No que diz respeito à comunicação entre os responsáveis pela gestão e os que gerem a área tecnológica e a cibersegurança, o Global Cybersecurity Outlook Report mostrou recentemente que há ainda uma profunda desconexão entre a forma como os líderes cibernéticos e os líderes empresariais percebem as questões cibernéticas. É necessário avançar no sentido de uma maior articulação entre ambas as equipas, sob pena de se estar a subestimar o caráter sistémico que este tipo de intercorrências assume nas empresas quando a cibersegurança é atacada. Ignorar a forma como estes ataques contaminam tudo tenderá a levar a um alastrar muito maior do impacto de um evento como este e a um “fogo” muito mais difícil de extinguir.
Mas desengane-se quem acredita que é possível manter uma organização à prova de bala. Cada vez se vai tornando mais evidente que há que aceitar que o risco cibernético e a ocorrência de ciberataques ou similares é algo com que se terá de conviver. Deve existir uma aposta das empresas na prevenção, mas sobretudo na resiliência e capacidade de recuperação após a ocorrência destes episódios.

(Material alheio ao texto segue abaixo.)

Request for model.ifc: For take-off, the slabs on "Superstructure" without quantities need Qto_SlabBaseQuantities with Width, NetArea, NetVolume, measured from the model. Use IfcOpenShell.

First a look at what the model holds.

```python
import ifcopenshell
import ifcopenshell.util.element
import ifcopenshell.util.unit

model = ifcopenshell.open("model.ifc")
print(model.schema)
for unit_type in ("LENGTHUNIT", "AREAUNIT", "VOLUMEUNIT"):
    print(unit_type, ifcopenshell.util.unit.calculate_unit_scale(model, unit_type))
storey = next(s for s in model.by_type("IfcBuildingStorey") if s.Name == "Superstructure")
slabs = [e for e in ifcopenshell.util.element.get_decomposition(storey) if e.is_a("IfcSlab")]
for e in sorted(slabs, key=lambda e: e.id()):
    print(e.id(), e.is_a(), e.Name, list(ifcopenshell.util.element.get_psets(e, qtos_only=True)), sep=" | ")
```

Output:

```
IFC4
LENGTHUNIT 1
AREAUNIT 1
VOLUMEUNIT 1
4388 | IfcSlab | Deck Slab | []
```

```python
import ifcopenshell
import ifcopenshell.api.pset
import ifcopenshell.geom
import ifcopenshell.util.element
import ifcopenshell.util.shape
import ifcopenshell.util.unit

model = ifcopenshell.open("model.ifc")
unit_scale = ifcopenshell.util.unit.calculate_unit_scale(model)
area_scale = ifcopenshell.util.unit.calculate_unit_scale(model, "AREAUNIT")
volume_scale = ifcopenshell.util.unit.calculate_unit_scale(model, "VOLUMEUNIT")
settings = ifcopenshell.geom.settings()

storey = next(s for s in model.by_type("IfcBuildingStorey") if s.Name == "Superstructure")
slabs = [e for e in ifcopenshell.util.element.get_decomposition(storey) if e.is_a("IfcSlab")]

for e in sorted(slabs, key=lambda e: e.id()):
    if ifcopenshell.util.element.get_psets(e, qtos_only=True, should_inherit=False):
        continue
    # Geometry comes back in metres, in the element's own axes.
    shape = ifcopenshell.geom.create_shape(settings, e)
    values = {
        "Width": ifcopenshell.util.shape.get_z(shape.geometry) / unit_scale,
        "NetArea": ifcopenshell.util.shape.get_footprint_area(shape.geometry) / area_scale,
        "NetVolume": ifcopenshell.util.shape.get_volume(shape.geometry) / volume_scale,
    }
    qto = ifcopenshell.api.pset.add_qto(model, product=e, name="Qto_SlabBaseQuantities")
    ifcopenshell.api.pset.edit_qto(model, qto=qto, properties=values)
    print(e.id(), {k: round(v, 3) for k, v in values.items()})

model.write("model_rev.ifc")
```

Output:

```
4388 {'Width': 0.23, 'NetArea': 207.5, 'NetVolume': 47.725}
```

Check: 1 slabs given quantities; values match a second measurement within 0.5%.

Assim, a aposta na digitalização tem de acontecer em paralelo com a cibersegurança, tendo presente que os riscos tendem a evoluir ao ritmo a que aumentarem as ambições da empresa. Mais do que qualquer perda financeira, a confiança de clientes, investidores e outros stakeholders vale ouro e, é por isso, de evitar que se perca. Sendo tão difícil de conquistar, é, bem sabemos, muito fácil de perder.
Quanto mais depressa e melhor as empresas se protegerem do cibercrime, mais bem preparadas estarão para se desenvolverem em segurança e vingar neste novo mundo.